What you should do. Copy each line of the data below in which the word "IFCPRODUCTDEFINITIONSHAPE" can be found.

Recorded data.

━━━

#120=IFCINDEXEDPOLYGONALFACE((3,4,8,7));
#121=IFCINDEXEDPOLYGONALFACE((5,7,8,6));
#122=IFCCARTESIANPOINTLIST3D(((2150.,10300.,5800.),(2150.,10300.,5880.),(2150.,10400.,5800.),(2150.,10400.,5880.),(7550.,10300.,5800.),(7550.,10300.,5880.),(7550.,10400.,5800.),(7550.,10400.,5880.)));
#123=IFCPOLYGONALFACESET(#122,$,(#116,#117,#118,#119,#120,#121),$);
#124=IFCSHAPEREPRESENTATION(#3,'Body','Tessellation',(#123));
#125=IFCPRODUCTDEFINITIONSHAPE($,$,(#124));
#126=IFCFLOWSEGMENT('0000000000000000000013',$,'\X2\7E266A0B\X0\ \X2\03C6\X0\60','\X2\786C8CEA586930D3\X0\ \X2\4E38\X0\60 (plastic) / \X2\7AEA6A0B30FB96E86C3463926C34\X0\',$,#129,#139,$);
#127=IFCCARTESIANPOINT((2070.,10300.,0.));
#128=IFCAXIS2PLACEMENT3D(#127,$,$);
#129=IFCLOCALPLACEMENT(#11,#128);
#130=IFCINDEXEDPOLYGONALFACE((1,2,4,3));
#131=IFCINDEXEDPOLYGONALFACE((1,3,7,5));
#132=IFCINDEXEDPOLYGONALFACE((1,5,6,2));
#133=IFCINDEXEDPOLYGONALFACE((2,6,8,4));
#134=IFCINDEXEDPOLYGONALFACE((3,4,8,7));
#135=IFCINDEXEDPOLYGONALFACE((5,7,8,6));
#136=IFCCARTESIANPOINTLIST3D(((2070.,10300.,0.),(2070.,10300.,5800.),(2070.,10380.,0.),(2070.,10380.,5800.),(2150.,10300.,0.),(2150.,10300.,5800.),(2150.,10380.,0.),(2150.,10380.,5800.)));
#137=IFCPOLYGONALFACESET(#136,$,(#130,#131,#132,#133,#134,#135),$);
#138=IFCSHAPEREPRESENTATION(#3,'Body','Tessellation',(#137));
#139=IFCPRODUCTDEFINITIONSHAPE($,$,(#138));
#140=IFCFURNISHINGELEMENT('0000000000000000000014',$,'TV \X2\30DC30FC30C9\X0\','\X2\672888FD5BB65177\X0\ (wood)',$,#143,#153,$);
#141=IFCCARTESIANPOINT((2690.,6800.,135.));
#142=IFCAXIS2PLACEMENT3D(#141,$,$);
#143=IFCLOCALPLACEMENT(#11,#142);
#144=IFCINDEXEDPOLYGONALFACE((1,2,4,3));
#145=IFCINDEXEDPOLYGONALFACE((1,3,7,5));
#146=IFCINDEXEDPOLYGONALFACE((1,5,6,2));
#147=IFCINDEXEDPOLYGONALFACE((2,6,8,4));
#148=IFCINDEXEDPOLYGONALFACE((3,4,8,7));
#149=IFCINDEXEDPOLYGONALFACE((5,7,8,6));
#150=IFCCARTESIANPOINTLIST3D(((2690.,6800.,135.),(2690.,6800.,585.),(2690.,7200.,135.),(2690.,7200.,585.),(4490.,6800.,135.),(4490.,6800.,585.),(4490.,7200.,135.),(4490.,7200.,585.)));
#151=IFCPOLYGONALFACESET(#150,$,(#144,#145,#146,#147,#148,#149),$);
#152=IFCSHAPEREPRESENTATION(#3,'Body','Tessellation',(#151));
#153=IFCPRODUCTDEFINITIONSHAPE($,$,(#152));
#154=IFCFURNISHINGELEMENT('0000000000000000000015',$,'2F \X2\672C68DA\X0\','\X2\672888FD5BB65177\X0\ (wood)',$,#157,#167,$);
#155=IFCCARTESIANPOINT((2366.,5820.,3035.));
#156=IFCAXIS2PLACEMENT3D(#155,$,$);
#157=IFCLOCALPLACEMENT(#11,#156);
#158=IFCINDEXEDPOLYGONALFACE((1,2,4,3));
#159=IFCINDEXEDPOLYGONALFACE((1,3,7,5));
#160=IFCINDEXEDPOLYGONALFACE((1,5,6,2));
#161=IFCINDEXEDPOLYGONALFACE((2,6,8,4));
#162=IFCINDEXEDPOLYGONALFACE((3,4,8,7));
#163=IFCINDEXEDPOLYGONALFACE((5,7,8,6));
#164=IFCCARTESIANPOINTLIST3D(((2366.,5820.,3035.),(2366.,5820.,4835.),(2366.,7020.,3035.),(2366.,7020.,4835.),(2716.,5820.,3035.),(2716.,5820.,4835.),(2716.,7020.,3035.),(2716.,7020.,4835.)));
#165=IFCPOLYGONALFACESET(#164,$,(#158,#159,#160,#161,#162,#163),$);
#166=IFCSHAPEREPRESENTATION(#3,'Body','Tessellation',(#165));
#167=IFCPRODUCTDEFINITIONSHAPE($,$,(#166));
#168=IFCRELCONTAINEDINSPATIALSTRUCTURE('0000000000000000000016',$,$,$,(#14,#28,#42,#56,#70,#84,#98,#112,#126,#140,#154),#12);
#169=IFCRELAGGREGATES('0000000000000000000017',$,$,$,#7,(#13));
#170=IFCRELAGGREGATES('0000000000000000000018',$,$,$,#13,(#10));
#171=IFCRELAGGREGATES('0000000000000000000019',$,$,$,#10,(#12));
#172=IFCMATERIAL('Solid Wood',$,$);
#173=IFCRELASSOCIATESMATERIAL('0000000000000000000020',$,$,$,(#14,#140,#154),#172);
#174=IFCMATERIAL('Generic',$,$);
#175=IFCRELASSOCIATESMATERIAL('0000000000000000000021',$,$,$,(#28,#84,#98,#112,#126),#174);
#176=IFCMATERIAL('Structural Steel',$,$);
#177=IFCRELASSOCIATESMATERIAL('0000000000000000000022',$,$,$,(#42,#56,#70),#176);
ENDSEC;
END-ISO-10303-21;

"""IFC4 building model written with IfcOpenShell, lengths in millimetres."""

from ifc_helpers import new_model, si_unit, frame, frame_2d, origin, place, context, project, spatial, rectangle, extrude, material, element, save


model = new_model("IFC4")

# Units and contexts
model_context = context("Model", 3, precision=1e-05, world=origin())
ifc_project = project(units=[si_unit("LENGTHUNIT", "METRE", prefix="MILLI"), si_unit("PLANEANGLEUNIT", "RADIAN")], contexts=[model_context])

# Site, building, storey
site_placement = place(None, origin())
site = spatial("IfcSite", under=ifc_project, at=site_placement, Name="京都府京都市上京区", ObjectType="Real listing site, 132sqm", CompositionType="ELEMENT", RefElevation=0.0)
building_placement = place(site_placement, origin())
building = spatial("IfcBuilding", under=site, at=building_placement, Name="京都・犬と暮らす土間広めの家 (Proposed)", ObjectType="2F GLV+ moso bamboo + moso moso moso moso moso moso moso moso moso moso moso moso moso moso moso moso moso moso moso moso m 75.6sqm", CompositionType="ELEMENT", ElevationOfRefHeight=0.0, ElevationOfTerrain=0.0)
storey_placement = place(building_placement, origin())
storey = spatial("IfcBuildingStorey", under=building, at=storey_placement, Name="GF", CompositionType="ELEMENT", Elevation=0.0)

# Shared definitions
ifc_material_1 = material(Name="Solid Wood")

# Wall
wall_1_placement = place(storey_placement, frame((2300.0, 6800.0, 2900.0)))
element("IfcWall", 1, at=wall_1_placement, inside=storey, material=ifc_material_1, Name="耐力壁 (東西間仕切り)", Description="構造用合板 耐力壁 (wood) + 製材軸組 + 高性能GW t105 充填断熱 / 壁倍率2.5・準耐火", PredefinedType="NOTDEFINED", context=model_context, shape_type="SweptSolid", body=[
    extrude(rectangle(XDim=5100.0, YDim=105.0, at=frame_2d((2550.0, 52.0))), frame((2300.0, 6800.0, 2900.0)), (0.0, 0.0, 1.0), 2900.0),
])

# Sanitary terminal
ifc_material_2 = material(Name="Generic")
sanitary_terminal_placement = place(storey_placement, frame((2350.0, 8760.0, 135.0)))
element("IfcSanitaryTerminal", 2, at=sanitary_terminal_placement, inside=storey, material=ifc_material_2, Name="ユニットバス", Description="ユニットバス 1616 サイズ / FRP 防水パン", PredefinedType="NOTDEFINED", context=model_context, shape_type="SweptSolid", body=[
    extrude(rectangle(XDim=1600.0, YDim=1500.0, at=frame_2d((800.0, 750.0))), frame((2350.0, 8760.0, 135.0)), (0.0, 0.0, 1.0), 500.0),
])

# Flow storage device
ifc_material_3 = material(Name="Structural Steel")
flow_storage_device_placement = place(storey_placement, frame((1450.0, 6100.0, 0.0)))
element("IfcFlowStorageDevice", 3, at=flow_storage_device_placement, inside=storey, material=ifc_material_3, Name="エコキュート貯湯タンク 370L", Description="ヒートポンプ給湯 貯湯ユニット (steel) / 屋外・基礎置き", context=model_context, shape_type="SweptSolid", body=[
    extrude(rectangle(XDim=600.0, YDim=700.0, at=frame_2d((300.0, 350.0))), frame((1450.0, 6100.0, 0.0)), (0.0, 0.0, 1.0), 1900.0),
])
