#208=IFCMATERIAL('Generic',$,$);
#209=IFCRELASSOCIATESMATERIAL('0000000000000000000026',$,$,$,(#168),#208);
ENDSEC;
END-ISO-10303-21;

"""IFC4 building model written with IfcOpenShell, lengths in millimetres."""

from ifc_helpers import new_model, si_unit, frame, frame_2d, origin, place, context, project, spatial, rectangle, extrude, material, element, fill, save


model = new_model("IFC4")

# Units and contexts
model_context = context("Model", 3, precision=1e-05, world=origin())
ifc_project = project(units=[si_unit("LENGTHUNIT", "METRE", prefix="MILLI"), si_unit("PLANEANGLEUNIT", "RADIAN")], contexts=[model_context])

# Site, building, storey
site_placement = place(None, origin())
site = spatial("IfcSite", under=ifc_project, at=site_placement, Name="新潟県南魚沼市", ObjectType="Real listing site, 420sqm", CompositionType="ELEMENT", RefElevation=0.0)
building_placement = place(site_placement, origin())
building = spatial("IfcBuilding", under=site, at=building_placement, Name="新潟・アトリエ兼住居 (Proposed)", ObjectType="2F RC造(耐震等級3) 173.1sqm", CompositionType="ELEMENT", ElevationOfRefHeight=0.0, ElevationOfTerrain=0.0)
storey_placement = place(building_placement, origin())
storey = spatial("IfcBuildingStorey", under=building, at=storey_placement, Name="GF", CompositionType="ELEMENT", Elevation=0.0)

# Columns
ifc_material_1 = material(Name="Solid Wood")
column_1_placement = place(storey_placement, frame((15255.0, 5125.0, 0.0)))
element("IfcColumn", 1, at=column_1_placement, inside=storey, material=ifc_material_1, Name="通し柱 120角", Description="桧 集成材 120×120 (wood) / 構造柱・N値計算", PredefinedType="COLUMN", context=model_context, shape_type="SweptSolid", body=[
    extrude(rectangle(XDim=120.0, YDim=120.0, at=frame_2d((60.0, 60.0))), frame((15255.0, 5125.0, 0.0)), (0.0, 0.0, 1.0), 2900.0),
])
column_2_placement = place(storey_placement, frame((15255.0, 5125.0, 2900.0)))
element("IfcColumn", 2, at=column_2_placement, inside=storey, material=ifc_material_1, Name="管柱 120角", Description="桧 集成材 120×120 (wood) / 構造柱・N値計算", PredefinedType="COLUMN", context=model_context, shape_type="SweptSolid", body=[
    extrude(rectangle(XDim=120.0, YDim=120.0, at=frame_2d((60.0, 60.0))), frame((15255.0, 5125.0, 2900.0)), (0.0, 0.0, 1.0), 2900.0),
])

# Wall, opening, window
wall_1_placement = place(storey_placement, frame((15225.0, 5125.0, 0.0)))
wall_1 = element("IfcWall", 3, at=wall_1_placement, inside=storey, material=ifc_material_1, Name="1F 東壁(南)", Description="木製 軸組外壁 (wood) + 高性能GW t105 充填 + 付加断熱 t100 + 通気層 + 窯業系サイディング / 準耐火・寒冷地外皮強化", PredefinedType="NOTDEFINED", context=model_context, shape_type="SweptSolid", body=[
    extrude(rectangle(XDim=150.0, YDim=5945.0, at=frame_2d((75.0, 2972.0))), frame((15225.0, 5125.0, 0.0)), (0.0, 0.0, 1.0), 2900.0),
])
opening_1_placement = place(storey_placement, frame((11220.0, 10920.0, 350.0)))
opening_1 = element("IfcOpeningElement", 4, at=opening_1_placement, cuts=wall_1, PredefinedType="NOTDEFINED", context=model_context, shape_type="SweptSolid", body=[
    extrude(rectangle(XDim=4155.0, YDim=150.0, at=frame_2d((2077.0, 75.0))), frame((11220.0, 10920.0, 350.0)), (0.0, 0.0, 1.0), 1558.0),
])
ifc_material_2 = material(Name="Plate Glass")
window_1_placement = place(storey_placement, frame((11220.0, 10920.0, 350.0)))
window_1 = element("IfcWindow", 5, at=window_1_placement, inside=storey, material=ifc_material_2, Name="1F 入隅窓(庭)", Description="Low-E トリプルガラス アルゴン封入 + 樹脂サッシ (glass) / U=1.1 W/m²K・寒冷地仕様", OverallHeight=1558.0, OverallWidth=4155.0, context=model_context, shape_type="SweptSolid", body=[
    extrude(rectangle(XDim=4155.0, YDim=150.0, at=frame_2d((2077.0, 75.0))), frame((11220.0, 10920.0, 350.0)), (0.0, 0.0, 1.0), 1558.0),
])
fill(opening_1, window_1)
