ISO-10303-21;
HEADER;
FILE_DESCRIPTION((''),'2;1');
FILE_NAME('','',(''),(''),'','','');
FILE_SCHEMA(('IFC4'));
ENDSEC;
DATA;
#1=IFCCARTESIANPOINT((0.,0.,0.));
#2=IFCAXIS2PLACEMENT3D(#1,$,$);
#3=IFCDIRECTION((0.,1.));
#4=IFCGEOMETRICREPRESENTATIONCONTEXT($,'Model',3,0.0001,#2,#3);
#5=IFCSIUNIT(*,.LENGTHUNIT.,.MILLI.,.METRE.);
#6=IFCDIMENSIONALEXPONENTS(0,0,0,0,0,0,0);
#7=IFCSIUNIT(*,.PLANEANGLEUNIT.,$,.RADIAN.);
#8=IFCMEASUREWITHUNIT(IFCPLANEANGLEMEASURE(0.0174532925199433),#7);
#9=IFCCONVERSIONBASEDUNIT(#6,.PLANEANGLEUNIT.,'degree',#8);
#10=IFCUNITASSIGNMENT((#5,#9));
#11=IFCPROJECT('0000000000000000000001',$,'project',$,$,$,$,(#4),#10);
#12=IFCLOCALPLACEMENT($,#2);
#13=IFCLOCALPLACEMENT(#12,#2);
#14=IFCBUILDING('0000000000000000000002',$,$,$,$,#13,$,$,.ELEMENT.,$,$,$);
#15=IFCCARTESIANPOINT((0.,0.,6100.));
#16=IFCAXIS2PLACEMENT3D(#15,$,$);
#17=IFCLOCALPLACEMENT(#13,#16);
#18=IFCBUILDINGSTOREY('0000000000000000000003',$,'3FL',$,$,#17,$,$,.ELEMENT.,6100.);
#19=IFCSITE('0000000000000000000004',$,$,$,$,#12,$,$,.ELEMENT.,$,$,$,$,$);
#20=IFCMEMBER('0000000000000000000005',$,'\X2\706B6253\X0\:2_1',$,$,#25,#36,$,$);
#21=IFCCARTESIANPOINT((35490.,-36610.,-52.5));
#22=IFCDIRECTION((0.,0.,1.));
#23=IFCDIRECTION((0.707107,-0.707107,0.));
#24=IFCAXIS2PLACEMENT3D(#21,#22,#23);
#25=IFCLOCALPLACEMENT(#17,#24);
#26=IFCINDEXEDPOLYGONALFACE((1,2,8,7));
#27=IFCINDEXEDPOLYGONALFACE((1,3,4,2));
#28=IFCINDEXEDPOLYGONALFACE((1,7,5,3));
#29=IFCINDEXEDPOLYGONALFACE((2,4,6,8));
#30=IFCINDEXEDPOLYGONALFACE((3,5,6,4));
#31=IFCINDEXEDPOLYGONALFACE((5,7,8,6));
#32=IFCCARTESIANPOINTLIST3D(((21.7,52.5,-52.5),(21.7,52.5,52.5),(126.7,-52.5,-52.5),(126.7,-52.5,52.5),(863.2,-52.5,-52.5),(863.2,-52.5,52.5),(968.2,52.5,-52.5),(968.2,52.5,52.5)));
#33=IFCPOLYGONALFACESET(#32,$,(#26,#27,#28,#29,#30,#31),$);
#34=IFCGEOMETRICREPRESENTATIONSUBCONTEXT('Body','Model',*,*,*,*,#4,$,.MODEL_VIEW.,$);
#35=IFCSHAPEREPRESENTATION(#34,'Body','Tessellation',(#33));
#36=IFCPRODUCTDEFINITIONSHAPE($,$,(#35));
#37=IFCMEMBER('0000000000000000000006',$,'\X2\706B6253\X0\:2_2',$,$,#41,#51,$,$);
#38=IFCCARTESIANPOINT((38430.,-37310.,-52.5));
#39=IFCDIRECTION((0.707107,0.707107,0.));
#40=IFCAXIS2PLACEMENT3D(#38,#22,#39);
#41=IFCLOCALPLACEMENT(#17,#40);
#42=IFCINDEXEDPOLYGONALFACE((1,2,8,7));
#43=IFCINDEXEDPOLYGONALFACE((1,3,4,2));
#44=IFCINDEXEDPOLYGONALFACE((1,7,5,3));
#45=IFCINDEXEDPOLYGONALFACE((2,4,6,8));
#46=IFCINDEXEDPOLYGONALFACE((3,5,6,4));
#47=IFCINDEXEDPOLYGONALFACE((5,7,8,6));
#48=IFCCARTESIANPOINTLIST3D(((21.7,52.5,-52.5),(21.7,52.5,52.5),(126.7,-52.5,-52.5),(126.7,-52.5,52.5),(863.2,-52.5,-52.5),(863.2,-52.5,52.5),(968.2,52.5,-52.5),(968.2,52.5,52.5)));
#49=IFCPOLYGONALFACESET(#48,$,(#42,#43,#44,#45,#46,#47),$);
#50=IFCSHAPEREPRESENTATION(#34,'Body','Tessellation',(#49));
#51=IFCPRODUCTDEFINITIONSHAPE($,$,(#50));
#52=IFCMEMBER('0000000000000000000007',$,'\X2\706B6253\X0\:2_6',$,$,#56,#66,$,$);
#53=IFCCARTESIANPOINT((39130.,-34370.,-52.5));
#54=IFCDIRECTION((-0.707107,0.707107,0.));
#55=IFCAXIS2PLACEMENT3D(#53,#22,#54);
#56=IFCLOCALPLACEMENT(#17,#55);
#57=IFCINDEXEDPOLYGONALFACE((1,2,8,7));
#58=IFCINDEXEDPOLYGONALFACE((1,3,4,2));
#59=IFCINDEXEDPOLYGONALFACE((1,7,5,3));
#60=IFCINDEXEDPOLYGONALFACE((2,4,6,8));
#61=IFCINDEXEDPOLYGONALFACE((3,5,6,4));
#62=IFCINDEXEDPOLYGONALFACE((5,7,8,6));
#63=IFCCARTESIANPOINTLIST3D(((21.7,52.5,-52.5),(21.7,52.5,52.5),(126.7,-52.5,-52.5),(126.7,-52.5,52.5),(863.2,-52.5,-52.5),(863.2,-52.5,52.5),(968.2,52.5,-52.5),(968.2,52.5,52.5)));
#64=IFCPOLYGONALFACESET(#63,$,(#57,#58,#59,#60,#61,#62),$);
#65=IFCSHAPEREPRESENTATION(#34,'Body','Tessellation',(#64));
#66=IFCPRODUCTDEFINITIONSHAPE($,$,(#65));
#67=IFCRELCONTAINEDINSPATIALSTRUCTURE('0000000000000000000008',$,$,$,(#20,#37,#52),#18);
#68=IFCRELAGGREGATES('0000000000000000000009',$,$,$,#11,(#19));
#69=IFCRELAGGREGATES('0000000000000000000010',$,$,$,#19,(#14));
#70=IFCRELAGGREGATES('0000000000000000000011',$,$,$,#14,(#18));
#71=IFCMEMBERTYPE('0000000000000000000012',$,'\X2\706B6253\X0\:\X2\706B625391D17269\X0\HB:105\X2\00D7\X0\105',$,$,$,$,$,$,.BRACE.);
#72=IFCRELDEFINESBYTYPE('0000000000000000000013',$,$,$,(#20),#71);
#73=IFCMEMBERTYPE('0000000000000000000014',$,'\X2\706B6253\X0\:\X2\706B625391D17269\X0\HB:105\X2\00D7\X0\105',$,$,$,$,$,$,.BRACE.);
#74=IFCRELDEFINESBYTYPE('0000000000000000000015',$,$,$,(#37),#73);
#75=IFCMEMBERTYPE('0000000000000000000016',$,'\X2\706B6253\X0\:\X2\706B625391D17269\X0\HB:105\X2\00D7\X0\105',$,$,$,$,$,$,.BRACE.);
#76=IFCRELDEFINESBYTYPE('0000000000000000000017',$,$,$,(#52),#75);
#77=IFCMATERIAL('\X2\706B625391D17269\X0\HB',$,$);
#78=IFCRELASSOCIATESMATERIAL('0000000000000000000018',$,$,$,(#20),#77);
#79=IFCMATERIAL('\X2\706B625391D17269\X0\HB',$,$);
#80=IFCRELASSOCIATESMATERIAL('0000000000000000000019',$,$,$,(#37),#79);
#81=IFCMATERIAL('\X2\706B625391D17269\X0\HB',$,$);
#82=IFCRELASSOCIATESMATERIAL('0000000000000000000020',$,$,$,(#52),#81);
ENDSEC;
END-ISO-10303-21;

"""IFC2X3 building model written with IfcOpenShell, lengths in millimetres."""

from ifc_helpers import new_model, entity, si_unit, converted_unit, direction, frame, origin, place, context, subcontext, project, spatial, polyline, outline, extrude, material, type_object, element, save


model = new_model("IFC2X3")

# Units and contexts
model_context = context("Model", 3, precision=0.0001, world=origin(), true_north=direction((0.0, 1.0)))
body_context = subcontext(model_context, "Body", "Model", "MODEL_VIEW")
ifc_project = project(units=[si_unit("LENGTHUNIT", "METRE", prefix="MILLI"), converted_unit("PLANEANGLEUNIT", "degree", entity("IfcPlaneAngleMeasure", 0.0174532925199433), si_unit("PLANEANGLEUNIT", "RADIAN"), dimensions=[0, 0, 0, 0, 0, 0, 0])], contexts=[model_context])

# Site, building, storey
site_placement = place(None, origin())
site = spatial("IfcSite", under=ifc_project, at=site_placement, CompositionType="ELEMENT")
building_placement = place(site_placement, origin())
building = spatial("IfcBuilding", under=site, at=building_placement, CompositionType="ELEMENT")
storey_placement = place(building_placement, frame((0.0, 0.0, 6100.0)))
storey = spatial("IfcBuildingStorey", under=building, at=storey_placement, Name="3FL", CompositionType="ELEMENT", Elevation=6100.0)

# Members
ifc_material_1 = material(Name="火打金物HB")
member_type_1 = type_object("IfcMemberType", Name="火打:火打金物HB:105×105", PredefinedType="BRACE")
member_1_placement = place(storey_placement, frame((35490.0, -36610.0, -52.5), z_axis=(0.0, 0.0, 1.0), x_axis=(0.707107, -0.707107, 0.0)))
element("IfcMember", 1, at=member_1_placement, inside=storey, type_object=member_type_1, material=ifc_material_1, Name="火打:2_1", context=body_context, shape_type="SweptSolid", body=[
    extrude(outline(polyline([(126.7, -52.5, 0.0), (21.7, 52.5, 0.0), (968.2, 52.5, 0.0), (863.2, -52.5, 0.0), (126.7, -52.5, 0.0)])), frame((0.0, 0.0, -52.5), z_axis=(0.0, 0.0, 1.0), x_axis=(1.0, 0.0, 0.0)), (0.0, 0.0, 1.0), 105.0),
])
ifc_material_2 = material(Name="火打金物HB")
member_type_2 = type_object("IfcMemberType", Name="火打:火打金物HB:105×105", PredefinedType="BRACE")
member_2_placement = place(storey_placement, frame((38430.0, -37310.0, -52.5), z_axis=(0.0, 0.0, 1.0), x_axis=(0.707107, 0.707107, 0.0)))
element("IfcMember", 2, at=member_2_placement, inside=storey, type_object=member_type_2, material=ifc_material_2, Name="火打:2_2", context=body_context, shape_type="SweptSolid", body=[
    extrude(outline(polyline([(126.7, -52.5, 0.0), (21.7, 52.5, 0.0), (968.2, 52.5, 0.0), (863.2, -52.5, 0.0), (126.7, -52.5, 0.0)])), frame((0.0, 0.0, -52.5), z_axis=(0.0, 0.0, 1.0), x_axis=(1.0, 0.0, 0.0)), (0.0, 0.0, 1.0), 105.0),
])
ifc_material_3 = material(Name="火打金物HB")
member_type_3 = type_object("IfcMemberType", Name="火打:火打金物HB:105×105", PredefinedType="BRACE")
member_3_placement = place(storey_placement, frame((39130.0, -34370.0, -52.5), z_axis=(0.0, 0.0, 1.0), x_axis=(-0.707107, 0.707107, 0.0)))
element("IfcMember", 3, at=member_3_placement, inside=storey, type_object=member_type_3, material=ifc_material_3, Name="火打:2_6", context=body_context, shape_type="SweptSolid", body=[
    extrude(outline(polyline([(126.7, -52.5, 0.0), (21.7, 52.5, 0.0), (968.2, 52.5, 0.0), (863.2, -52.5, 0.0), (126.7, -52.5, 0.0)])), frame((0.0, 0.0, -52.5), z_axis=(0.0, 0.0, 1.0), x_axis=(1.0, 0.0, 0.0)), (0.0, 0.0, 1.0), 105.0),
])

save(model, "model.ifc")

━━━

Result.
#125=IFCPRODUCTDEFINITIONSHAPE($,$,(#124));
#139=IFCPRODUCTDEFINITIONSHAPE($,$,(#138));
#153=IFCPRODUCTDEFINITIONSHAPE($,$,(#152));
#167=IFCPRODUCTDEFINITIONSHAPE($,$,(#166));
#36=IFCPRODUCTDEFINITIONSHAPE($,$,(#35));
#51=IFCPRODUCTDEFINITIONSHAPE($,$,(#50));
#66=IFCPRODUCTDEFINITIONSHAPE($,$,(#65));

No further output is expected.